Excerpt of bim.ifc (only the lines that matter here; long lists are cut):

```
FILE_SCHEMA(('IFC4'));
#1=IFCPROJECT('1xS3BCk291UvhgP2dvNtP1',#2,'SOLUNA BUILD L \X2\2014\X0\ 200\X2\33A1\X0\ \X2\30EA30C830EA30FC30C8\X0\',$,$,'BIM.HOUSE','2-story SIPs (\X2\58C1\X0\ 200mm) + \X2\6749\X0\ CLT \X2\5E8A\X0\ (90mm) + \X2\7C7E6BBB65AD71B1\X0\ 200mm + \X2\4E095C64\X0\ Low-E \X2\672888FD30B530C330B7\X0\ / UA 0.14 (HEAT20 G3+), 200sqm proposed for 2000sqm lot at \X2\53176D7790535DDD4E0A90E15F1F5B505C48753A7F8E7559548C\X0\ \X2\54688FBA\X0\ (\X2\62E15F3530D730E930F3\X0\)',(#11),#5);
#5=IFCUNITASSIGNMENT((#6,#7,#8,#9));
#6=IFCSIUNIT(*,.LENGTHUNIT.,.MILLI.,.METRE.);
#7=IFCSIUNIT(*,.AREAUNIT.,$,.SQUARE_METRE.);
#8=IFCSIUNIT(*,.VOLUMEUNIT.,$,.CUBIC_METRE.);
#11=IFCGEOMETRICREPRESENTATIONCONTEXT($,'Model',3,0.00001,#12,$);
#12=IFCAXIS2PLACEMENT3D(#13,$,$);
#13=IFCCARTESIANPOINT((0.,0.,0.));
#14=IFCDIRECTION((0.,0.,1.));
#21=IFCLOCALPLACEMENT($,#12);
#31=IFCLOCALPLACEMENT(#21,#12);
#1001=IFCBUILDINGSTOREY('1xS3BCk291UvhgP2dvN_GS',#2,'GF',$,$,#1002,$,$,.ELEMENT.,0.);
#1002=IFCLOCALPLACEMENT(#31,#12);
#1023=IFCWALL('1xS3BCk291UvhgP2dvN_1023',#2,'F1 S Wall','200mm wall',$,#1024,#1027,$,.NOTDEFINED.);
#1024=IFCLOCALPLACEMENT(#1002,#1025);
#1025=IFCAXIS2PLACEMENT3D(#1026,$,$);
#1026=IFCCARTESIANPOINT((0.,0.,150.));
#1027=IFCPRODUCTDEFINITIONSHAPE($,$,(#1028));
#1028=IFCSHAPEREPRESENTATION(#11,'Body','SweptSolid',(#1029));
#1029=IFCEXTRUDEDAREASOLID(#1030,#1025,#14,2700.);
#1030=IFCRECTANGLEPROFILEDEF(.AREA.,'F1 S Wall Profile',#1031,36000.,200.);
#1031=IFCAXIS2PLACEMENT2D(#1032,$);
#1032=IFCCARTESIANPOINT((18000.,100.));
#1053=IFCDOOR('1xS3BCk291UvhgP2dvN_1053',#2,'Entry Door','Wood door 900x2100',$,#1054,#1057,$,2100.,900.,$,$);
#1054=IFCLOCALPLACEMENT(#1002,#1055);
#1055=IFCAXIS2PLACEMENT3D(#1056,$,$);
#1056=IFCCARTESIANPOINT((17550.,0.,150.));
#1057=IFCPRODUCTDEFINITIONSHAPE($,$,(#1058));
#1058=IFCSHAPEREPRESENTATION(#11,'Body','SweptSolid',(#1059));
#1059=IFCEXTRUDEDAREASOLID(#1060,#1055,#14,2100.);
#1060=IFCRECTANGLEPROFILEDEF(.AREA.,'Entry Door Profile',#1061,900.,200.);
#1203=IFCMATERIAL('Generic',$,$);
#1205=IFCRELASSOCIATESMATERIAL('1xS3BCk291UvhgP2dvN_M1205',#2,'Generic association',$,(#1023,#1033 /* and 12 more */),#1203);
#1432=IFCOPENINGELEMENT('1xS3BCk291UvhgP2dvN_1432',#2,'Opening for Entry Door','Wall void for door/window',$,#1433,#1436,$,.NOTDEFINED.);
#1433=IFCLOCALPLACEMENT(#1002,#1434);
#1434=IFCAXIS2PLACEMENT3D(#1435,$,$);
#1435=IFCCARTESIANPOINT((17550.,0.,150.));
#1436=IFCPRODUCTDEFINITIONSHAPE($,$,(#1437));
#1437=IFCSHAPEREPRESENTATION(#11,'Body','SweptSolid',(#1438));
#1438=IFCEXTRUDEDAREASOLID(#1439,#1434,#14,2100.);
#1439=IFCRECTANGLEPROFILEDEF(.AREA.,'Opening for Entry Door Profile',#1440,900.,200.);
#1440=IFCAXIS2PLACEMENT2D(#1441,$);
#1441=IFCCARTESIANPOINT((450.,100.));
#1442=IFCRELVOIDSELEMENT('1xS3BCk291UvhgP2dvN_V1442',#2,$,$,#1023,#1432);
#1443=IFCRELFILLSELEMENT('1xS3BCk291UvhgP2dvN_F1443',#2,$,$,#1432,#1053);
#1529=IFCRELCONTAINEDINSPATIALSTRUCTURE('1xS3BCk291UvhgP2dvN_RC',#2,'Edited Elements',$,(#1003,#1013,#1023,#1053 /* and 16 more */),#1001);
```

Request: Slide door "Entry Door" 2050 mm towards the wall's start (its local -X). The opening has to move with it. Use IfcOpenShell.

```python
import ifcopenshell
import ifcopenshell.api.geometry
import ifcopenshell.util.placement
import ifcopenshell.util.unit

model = ifcopenshell.open("bim.ifc")
unit_scale = ifcopenshell.util.unit.calculate_unit_scale(model)

door = model.by_guid("1xS3BCk291UvhgP2dvN_1053")
opening = door.FillsVoids[0].RelatingOpeningElement
wall = opening.VoidsElements[0].RelatingBuildingElement

wall_matrix = ifcopenshell.util.placement.get_local_placement(wall.ObjectPlacement)
shift = wall_matrix[:3, 0] * -2.05 / unit_scale
before = ifcopenshell.util.placement.get_local_placement(door.ObjectPlacement)[:3, 3].copy()

# The door is not placed relative to its opening, so move both.
for product in (opening, door):
    matrix = ifcopenshell.util.placement.get_local_placement(product.ObjectPlacement)
    matrix[:3, 3] += shift
    ifcopenshell.api.geometry.edit_object_placement(model, product=product, matrix=matrix, is_si=False)

after = ifcopenshell.util.placement.get_local_placement(door.ObjectPlacement)[:3, 3]
print("door moved by", (after - before).round(3) + 0.0)

model.write("bim_updated.ifc")
```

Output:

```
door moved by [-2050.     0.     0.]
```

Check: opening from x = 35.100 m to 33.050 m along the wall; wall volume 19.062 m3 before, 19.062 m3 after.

- DESCRIPTION OF THE TASK
Each line of the data should be given back exactly.

- TASK SOLUTION
Excerpt of bim.ifc (only the lines that matter here; long lists are cut):

```
FILE_SCHEMA(('IFC4'));
#1=IFCPROJECT('1xS3BCk291UvhgP2dvNtP1',#2,'SOLUNA BUILD L \X2\2014\X0\ 200\X2\33A1\X0\ \X2\30EA30C830EA30FC30C8\X0\',$,$,'BIM.HOUSE','2-story SIPs (\X2\58C1\X0\ 200mm) + \X2\6749\X0\ CLT \X2\5E8A\X0\ (90mm) + \X2\7C7E6BBB65AD71B1\X0\ 200mm + \X2\4E095C64\X0\ Low-E \X2\672888FD30B530C330B7\X0\ / UA 0.14 (HEAT20 G3+), 200sqm proposed for 2000sqm lot at \X2\53176D7790535DDD4E0A90E15F1F5B505C48753A7F8E7559548C\X0\ \X2\54688FBA\X0\ (\X2\62E15F3530D730E930F3\X0\)',(#11),#5);
#5=IFCUNITASSIGNMENT((#6,#7,#8,#9));
#6=IFCSIUNIT(*,.LENGTHUNIT.,.MILLI.,.METRE.);
#7=IFCSIUNIT(*,.AREAUNIT.,$,.SQUARE_METRE.);
#8=IFCSIUNIT(*,.VOLUMEUNIT.,$,.CUBIC_METRE.);
#11=IFCGEOMETRICREPRESENTATIONCONTEXT($,'Model',3,0.00001,#12,$);
#12=IFCAXIS2PLACEMENT3D(#13,$,$);
#13=IFCCARTESIANPOINT((0.,0.,0.));
#14=IFCDIRECTION((0.,0.,1.));
#21=IFCLOCALPLACEMENT($,#12);
#31=IFCLOCALPLACEMENT(#21,#12);
#1001=IFCBUILDINGSTOREY('1xS3BCk291UvhgP2dvN_GS',#2,'GF',$,$,#1002,$,$,.ELEMENT.,0.);
#1002=IFCLOCALPLACEMENT(#31,#12);
#1023=IFCWALL('1xS3BCk291UvhgP2dvN_1023',#2,'F1 S Wall','200mm wall',$,#1024,#1027,$,.NOTDEFINED.);
#1024=IFCLOCALPLACEMENT(#1002,#1025);
#1025=IFCAXIS2PLACEMENT3D(#1026,$,$);
#1026=IFCCARTESIANPOINT((0.,0.,150.));
#1027=IFCPRODUCTDEFINITIONSHAPE($,$,(#1028));
#1028=IFCSHAPEREPRESENTATION(#11,'Body','SweptSolid',(#1029));
#1029=IFCEXTRUDEDAREASOLID(#1030,#1025,#14,2700.);
#1030=IFCRECTANGLEPROFILEDEF(.AREA.,'F1 S Wall Profile',#1031,36000.,200.);
#1031=IFCAXIS2PLACEMENT2D(#1032,$);
#1032=IFCCARTESIANPOINT((18000.,100.));
#1053=IFCDOOR('1xS3BCk291UvhgP2dvN_1053',#2,'Entry Door','Wood door 900x2100',$,#1054,#1057,$,2100.,900.,$,$);
#1054=IFCLOCALPLACEMENT(#1002,#1055);
#1055=IFCAXIS2PLACEMENT3D(#1056,$,$);
#1056=IFCCARTESIANPOINT((17550.,0.,150.));
#1057=IFCPRODUCTDEFINITIONSHAPE($,$,(#1058));
#1058=IFCSHAPEREPRESENTATION(#11,'Body','SweptSolid',(#1059));
#1059=IFCEXTRUDEDAREASOLID(#1060,#1055,#14,2100.);
#1060=IFCRECTANGLEPROFILEDEF(.AREA.,'Entry Door Profile',#1061,900.,200.);
#1203=IFCMATERIAL('Generic',$,$);
#1205=IFCRELASSOCIATESMATERIAL('1xS3BCk291UvhgP2dvN_M1205',#2,'Generic association',$,(#1023,#1033 /* and 12 more */),#1203);
#1432=IFCOPENINGELEMENT('1xS3BCk291UvhgP2dvN_1432',#2,'Opening for Entry Door','Wall void for door/window',$,#1433,#1436,$,.NOTDEFINED.);
#1433=IFCLOCALPLACEMENT(#1002,#1434);
#1434=IFCAXIS2PLACEMENT3D(#1435,$,$);
#1435=IFCCARTESIANPOINT((17550.,0.,150.));
#1436=IFCPRODUCTDEFINITIONSHAPE($,$,(#1437));
#1437=IFCSHAPEREPRESENTATION(#11,'Body','SweptSolid',(#1438));
#1438=IFCEXTRUDEDAREASOLID(#1439,#1434,#14,2100.);
#1439=IFCRECTANGLEPROFILEDEF(.AREA.,'Opening for Entry Door Profile',#1440,900.,200.);
#1440=IFCAXIS2PLACEMENT2D(#1441,$);
#1441=IFCCARTESIANPOINT((450.,100.));
#1442=IFCRELVOIDSELEMENT('1xS3BCk291UvhgP2dvN_V1442',#2,$,$,#1023,#1432);
#1443=IFCRELFILLSELEMENT('1xS3BCk291UvhgP2dvN_F1443',#2,$,$,#1432,#1053);
#1529=IFCRELCONTAINEDINSPATIALSTRUCTURE('1xS3BCk291UvhgP2dvN_RC',#2,'Edited Elements',$,(#1003,#1013,#1023,#1053 /* and 16 more */),#1001);
```

Request: Slide door "Entry Door" 2050 mm towards the wall's start (its local -X). The opening has to move with it. Use IfcOpenShell.

```python
import ifcopenshell
import ifcopenshell.api.geometry
import ifcopenshell.util.placement
import ifcopenshell.util.unit

model = ifcopenshell.open("bim.ifc")
unit_scale = ifcopenshell.util.unit.calculate_unit_scale(model)

door = model.by_guid("1xS3BCk291UvhgP2dvN_1053")
opening = door.FillsVoids[0].RelatingOpeningElement
wall = opening.VoidsElements[0].RelatingBuildingElement

wall_matrix = ifcopenshell.util.placement.get_local_placement(wall.ObjectPlacement)
shift = wall_matrix[:3, 0] * -2.05 / unit_scale
before = ifcopenshell.util.placement.get_local_placement(door.ObjectPlacement)[:3, 3].copy()

# The door is not placed relative to its opening, so move both.
for product in (opening, door):
    matrix = ifcopenshell.util.placement.get_local_placement(product.ObjectPlacement)
    matrix[:3, 3] += shift
    ifcopenshell.api.geometry.edit_object_placement(model, product=product, matrix=matrix, is_si=False)

after = ifcopenshell.util.placement.get_local_placement(door.ObjectPlacement)[:3, 3]
print("door moved by", (after - before).round(3) + 0.0)

model.write("bim_updated.ifc")
```

Output:

```
door moved by [-2050.     0.     0.]
```

Check: opening from x = 35.100 m to 33.050 m along the wall; wall volume 19.062 m3 before, 19.062 m3 after.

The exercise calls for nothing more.